------ Data records ------
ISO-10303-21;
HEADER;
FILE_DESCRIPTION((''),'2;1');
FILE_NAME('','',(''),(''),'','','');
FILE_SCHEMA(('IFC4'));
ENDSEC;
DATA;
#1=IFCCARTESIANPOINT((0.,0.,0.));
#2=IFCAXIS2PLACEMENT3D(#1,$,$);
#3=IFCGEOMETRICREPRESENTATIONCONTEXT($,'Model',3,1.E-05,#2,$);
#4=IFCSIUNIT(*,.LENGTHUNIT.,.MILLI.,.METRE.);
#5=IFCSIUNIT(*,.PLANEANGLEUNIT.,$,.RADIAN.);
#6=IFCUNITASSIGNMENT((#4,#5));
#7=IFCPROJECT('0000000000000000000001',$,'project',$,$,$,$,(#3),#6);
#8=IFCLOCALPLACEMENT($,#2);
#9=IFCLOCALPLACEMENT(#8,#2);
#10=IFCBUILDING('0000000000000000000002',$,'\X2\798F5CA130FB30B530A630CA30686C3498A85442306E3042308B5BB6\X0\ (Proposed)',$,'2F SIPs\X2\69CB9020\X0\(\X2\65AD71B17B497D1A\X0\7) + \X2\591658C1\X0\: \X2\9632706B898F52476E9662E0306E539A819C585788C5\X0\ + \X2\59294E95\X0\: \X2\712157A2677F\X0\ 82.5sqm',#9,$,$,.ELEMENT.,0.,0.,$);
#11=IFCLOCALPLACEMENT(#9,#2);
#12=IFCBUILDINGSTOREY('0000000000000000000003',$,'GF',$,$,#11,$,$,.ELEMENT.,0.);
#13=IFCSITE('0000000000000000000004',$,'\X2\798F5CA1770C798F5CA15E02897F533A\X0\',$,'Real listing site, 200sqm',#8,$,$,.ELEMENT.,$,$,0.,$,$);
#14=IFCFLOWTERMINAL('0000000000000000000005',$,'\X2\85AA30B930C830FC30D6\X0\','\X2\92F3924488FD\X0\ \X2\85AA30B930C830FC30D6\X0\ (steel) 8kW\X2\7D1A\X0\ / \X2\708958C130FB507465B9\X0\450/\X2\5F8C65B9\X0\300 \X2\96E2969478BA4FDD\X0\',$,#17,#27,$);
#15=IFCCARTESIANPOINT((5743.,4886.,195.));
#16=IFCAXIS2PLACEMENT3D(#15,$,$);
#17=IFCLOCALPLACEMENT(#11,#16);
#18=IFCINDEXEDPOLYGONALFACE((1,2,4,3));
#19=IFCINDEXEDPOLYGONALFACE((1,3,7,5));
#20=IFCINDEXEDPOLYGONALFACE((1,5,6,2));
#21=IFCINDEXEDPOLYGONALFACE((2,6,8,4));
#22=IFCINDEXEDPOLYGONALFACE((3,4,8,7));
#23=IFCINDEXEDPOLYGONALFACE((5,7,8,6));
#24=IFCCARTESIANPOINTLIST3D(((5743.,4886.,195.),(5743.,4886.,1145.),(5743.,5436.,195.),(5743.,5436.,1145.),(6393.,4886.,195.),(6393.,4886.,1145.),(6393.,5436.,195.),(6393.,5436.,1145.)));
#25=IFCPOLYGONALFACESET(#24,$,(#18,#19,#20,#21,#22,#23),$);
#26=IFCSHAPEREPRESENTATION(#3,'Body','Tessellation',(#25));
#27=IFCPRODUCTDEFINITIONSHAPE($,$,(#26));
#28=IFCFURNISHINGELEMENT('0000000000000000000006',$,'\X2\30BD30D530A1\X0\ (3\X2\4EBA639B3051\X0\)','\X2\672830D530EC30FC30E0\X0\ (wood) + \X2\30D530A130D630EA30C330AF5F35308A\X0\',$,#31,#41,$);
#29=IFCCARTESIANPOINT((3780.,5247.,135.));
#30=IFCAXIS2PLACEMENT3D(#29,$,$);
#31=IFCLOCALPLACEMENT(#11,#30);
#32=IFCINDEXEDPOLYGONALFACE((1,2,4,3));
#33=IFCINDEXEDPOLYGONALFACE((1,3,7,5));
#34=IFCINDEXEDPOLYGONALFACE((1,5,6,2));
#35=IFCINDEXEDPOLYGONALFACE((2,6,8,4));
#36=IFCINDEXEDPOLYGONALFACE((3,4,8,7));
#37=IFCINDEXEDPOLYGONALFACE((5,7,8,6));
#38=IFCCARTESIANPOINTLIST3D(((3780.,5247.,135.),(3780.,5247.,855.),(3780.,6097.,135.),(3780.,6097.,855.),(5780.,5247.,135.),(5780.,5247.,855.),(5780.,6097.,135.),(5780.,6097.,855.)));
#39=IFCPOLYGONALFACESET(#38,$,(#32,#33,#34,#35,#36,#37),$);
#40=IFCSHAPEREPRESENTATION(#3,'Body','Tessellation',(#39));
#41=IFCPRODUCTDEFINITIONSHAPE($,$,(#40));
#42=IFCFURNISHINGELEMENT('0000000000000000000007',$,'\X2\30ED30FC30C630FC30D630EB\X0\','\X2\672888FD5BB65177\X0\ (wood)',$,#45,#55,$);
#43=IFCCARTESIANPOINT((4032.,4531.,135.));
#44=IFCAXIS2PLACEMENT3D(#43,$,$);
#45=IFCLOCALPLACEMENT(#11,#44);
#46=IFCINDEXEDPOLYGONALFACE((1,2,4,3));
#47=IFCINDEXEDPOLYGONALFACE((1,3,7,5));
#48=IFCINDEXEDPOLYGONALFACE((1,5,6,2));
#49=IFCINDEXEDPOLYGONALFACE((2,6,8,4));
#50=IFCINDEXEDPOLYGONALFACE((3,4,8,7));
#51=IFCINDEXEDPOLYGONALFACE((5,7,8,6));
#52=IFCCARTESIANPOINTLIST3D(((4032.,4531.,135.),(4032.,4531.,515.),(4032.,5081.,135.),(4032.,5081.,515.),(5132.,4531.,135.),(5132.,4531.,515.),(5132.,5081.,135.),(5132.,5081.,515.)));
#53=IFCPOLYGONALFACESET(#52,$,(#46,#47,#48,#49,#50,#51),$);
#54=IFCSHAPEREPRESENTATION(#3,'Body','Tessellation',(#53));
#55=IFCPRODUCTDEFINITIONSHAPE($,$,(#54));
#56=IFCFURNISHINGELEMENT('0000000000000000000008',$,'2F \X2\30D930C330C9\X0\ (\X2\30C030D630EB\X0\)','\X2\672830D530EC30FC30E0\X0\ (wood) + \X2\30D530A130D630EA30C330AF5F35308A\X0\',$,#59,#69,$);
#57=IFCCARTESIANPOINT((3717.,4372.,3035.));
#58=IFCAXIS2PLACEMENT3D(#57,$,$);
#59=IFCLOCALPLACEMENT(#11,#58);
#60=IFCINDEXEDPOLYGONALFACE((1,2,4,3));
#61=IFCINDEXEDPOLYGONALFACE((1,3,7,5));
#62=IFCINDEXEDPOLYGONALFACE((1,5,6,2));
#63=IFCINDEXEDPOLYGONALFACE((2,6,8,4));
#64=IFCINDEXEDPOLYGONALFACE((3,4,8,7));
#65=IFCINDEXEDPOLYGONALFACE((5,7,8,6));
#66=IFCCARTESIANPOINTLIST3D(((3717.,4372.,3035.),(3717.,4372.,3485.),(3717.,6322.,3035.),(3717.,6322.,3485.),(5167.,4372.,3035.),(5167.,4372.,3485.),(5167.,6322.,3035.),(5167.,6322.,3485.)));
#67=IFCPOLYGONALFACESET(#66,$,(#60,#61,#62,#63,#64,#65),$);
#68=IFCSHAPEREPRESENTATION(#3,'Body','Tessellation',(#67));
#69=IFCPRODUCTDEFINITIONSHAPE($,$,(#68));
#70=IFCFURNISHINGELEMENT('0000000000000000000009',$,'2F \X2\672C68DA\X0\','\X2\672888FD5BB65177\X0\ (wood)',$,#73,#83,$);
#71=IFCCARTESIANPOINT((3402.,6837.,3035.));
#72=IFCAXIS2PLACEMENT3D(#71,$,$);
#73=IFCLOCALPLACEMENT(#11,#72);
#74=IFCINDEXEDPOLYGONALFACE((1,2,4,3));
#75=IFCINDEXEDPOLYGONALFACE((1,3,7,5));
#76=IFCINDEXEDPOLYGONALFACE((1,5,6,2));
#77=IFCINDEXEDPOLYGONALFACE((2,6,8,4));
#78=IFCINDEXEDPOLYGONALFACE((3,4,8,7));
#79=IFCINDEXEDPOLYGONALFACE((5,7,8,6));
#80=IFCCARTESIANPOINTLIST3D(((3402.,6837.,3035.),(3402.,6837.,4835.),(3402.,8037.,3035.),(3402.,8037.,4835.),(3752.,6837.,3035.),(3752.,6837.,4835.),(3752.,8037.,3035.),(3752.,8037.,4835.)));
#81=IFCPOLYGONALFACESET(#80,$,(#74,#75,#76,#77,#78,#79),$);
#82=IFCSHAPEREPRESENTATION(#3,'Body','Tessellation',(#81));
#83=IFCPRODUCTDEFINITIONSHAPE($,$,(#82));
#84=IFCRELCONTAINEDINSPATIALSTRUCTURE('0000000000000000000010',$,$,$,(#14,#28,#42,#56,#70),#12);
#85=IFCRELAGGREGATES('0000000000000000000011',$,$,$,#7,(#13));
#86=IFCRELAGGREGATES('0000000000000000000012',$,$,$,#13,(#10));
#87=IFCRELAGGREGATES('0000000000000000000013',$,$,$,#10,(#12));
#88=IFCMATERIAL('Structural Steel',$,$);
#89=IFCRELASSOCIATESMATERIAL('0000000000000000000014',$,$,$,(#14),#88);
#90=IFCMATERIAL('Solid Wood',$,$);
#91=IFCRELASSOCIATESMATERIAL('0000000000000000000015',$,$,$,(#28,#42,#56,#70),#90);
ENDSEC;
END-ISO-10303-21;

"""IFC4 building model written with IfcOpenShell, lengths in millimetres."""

from ifc_helpers import new_model, si_unit, frame, frame_2d, origin, place, context, project, spatial, rectangle, extrude, material, element, save


model = new_model("IFC4")

# Units and contexts
model_context = context("Model", 3, precision=1e-05, world=origin())
ifc_project = project(units=[si_unit("LENGTHUNIT", "METRE", prefix="MILLI"), si_unit("PLANEANGLEUNIT", "RADIAN")], contexts=[model_context])

# Site, building, storey
site_placement = place(None, origin())
site = spatial("IfcSite", under=ifc_project, at=site_placement, Name="福岡県福岡市西区", ObjectType="Real listing site, 200sqm", CompositionType="ELEMENT", RefElevation=0.0)
building_placement = place(site_placement, origin())
building = spatial("IfcBuilding", under=site, at=building_placement, Name="福岡・サウナと水風呂のある家 (Proposed)", ObjectType="2F SIPs構造(断熱等級7) + 外壁: 防火規則準拠の厚膜塗装 + 天井: 無垢板 82.5sqm", CompositionType="ELEMENT", ElevationOfRefHeight=0.0, ElevationOfTerrain=0.0)
storey_placement = place(building_placement, origin())
storey = spatial("IfcBuildingStorey", under=building, at=storey_placement, Name="GF", CompositionType="ELEMENT", Elevation=0.0)

# Shared definitions
ifc_material_1 = material(Name="Solid Wood")

# Shared definitions
ifc_material_2 = material(Name="Structural Steel")

# Flow terminal
flow_terminal_1_placement = place(storey_placement, frame((5743.0, 4886.0, 195.0)))
element("IfcFlowTerminal", 1, at=flow_terminal_1_placement, inside=storey, material=ifc_material_2, Name="薪ストーブ", Description="鋳鉄製 薪ストーブ (steel) 8kW級 / 炉壁・側方450/後方300 離隔確保", context=model_context, shape_type="SweptSolid", body=[
    extrude(rectangle(XDim=650.0, YDim=550.0, at=frame_2d((325.0, 275.0))), frame((5743.0, 4886.0, 195.0)), (0.0, 0.0, 1.0), 950.0),
])

# Furnishing elements
furnishing_1_placement = place(storey_placement, frame((3780.0, 5247.0, 135.0)))
element("IfcFurnishingElement", 2, at=furnishing_1_placement, inside=storey, material=ifc_material_1, Name="ソファ (3人掛け)", Description="木フレーム (wood) + ファブリック張り", context=model_context, shape_type="SweptSolid", body=[
    extrude(rectangle(XDim=2000.0, YDim=850.0, at=frame_2d((1000.0, 425.0))), frame((3780.0, 5247.0, 135.0)), (0.0, 0.0, 1.0), 720.0),
])
furnishing_2_placement = place(storey_placement, frame((4032.0, 4531.0, 135.0)))
element("IfcFurnishingElement", 3, at=furnishing_2_placement, inside=storey, material=ifc_material_1, Name="ローテーブル", Description="木製家具 (wood)", context=model_context, shape_type="SweptSolid", body=[
    extrude(rectangle(XDim=1100.0, YDim=550.0, at=frame_2d((550.0, 275.0))), frame((4032.0, 4531.0, 135.0)), (0.0, 0.0, 1.0), 380.0),
])
furnishing_3_placement = place(storey_placement, frame((3717.0, 4372.0, 3035.0)))
element("IfcFurnishingElement", 4, at=furnishing_3_placement, inside=storey, material=ifc_material_1, Name="2F ベッド (ダブル)", Description="木フレーム (wood) + ファブリック張り", context=model_context, shape_type="SweptSolid", body=[
    extrude(rectangle(XDim=1450.0, YDim=1950.0, at=frame_2d((725.0, 975.0))), frame((3717.0, 4372.0, 3035.0)), (0.0, 0.0, 1.0), 450.0),
])
furnishing_4_placement = place(storey_placement, frame((3402.0, 6837.0, 3035.0)))
element("IfcFurnishingElement", 5, at=furnishing_4_placement, inside=storey, material=ifc_material_1, Name="2F 本棚", Description="木製家具 (wood)", context=model_context, shape_type="SweptSolid", body=[
    extrude(rectangle(XDim=350.0, YDim=1200.0, at=frame_2d((175.0, 600.0))), frame((3402.0, 6837.0, 3035.0)), (0.0, 0.0, 1.0), 1800.0),
])

save(model, "model.ifc")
------
*Exercise*: Word for word, output the lines of the data from its first line through the line where "#22=IFCINDEXEDPOLYGONALFACE((3,4,8,7));" appears, and stop there.

*Solution for this problem*:
ISO-10303-21;
HEADER;
FILE_DESCRIPTION((''),'2;1');
FILE_NAME('','',(''),(''),'','','');
FILE_SCHEMA(('IFC4'));
ENDSEC;
DATA;
#1=IFCCARTESIANPOINT((0.,0.,0.));
#2=IFCAXIS2PLACEMENT3D(#1,$,$);
#3=IFCGEOMETRICREPRESENTATIONCONTEXT($,'Model',3,1.E-05,#2,$);
#4=IFCSIUNIT(*,.LENGTHUNIT.,.MILLI.,.METRE.);
#5=IFCSIUNIT(*,.PLANEANGLEUNIT.,$,.RADIAN.);
#6=IFCUNITASSIGNMENT((#4,#5));
#7=IFCPROJECT('0000000000000000000001',$,'project',$,$,$,$,(#3),#6);
#8=IFCLOCALPLACEMENT($,#2);
#9=IFCLOCALPLACEMENT(#8,#2);
#10=IFCBUILDING('0000000000000000000002',$,'\X2\798F5CA130FB30B530A630CA30686C3498A85442306E3042308B5BB6\X0\ (Proposed)',$,'2F SIPs\X2\69CB9020\X0\(\X2\65AD71B17B497D1A\X0\7) + \X2\591658C1\X0\: \X2\9632706B898F52476E9662E0306E539A819C585788C5\X0\ + \X2\59294E95\X0\: \X2\712157A2677F\X0\ 82.5sqm',#9,$,$,.ELEMENT.,0.,0.,$);
#11=IFCLOCALPLACEMENT(#9,#2);
#12=IFCBUILDINGSTOREY('0000000000000000000003',$,'GF',$,$,#11,$,$,.ELEMENT.,0.);
#13=IFCSITE('0000000000000000000004',$,'\X2\798F5CA1770C798F5CA15E02897F533A\X0\',$,'Real listing site, 200sqm',#8,$,$,.ELEMENT.,$,$,0.,$,$);
#14=IFCFLOWTERMINAL('0000000000000000000005',$,'\X2\85AA30B930C830FC30D6\X0\','\X2\92F3924488FD\X0\ \X2\85AA30B930C830FC30D6\X0\ (steel) 8kW\X2\7D1A\X0\ / \X2\708958C130FB507465B9\X0\450/\X2\5F8C65B9\X0\300 \X2\96E2969478BA4FDD\X0\',$,#17,#27,$);
#15=IFCCARTESIANPOINT((5743.,4886.,195.));
#16=IFCAXIS2PLACEMENT3D(#15,$,$);
#17=IFCLOCALPLACEMENT(#11,#16);
#18=IFCINDEXEDPOLYGONALFACE((1,2,4,3));
#19=IFCINDEXEDPOLYGONALFACE((1,3,7,5));
#20=IFCINDEXEDPOLYGONALFACE((1,5,6,2));
#21=IFCINDEXEDPOLYGONALFACE((2,6,8,4));
#22=IFCINDEXEDPOLYGONALFACE((3,4,8,7));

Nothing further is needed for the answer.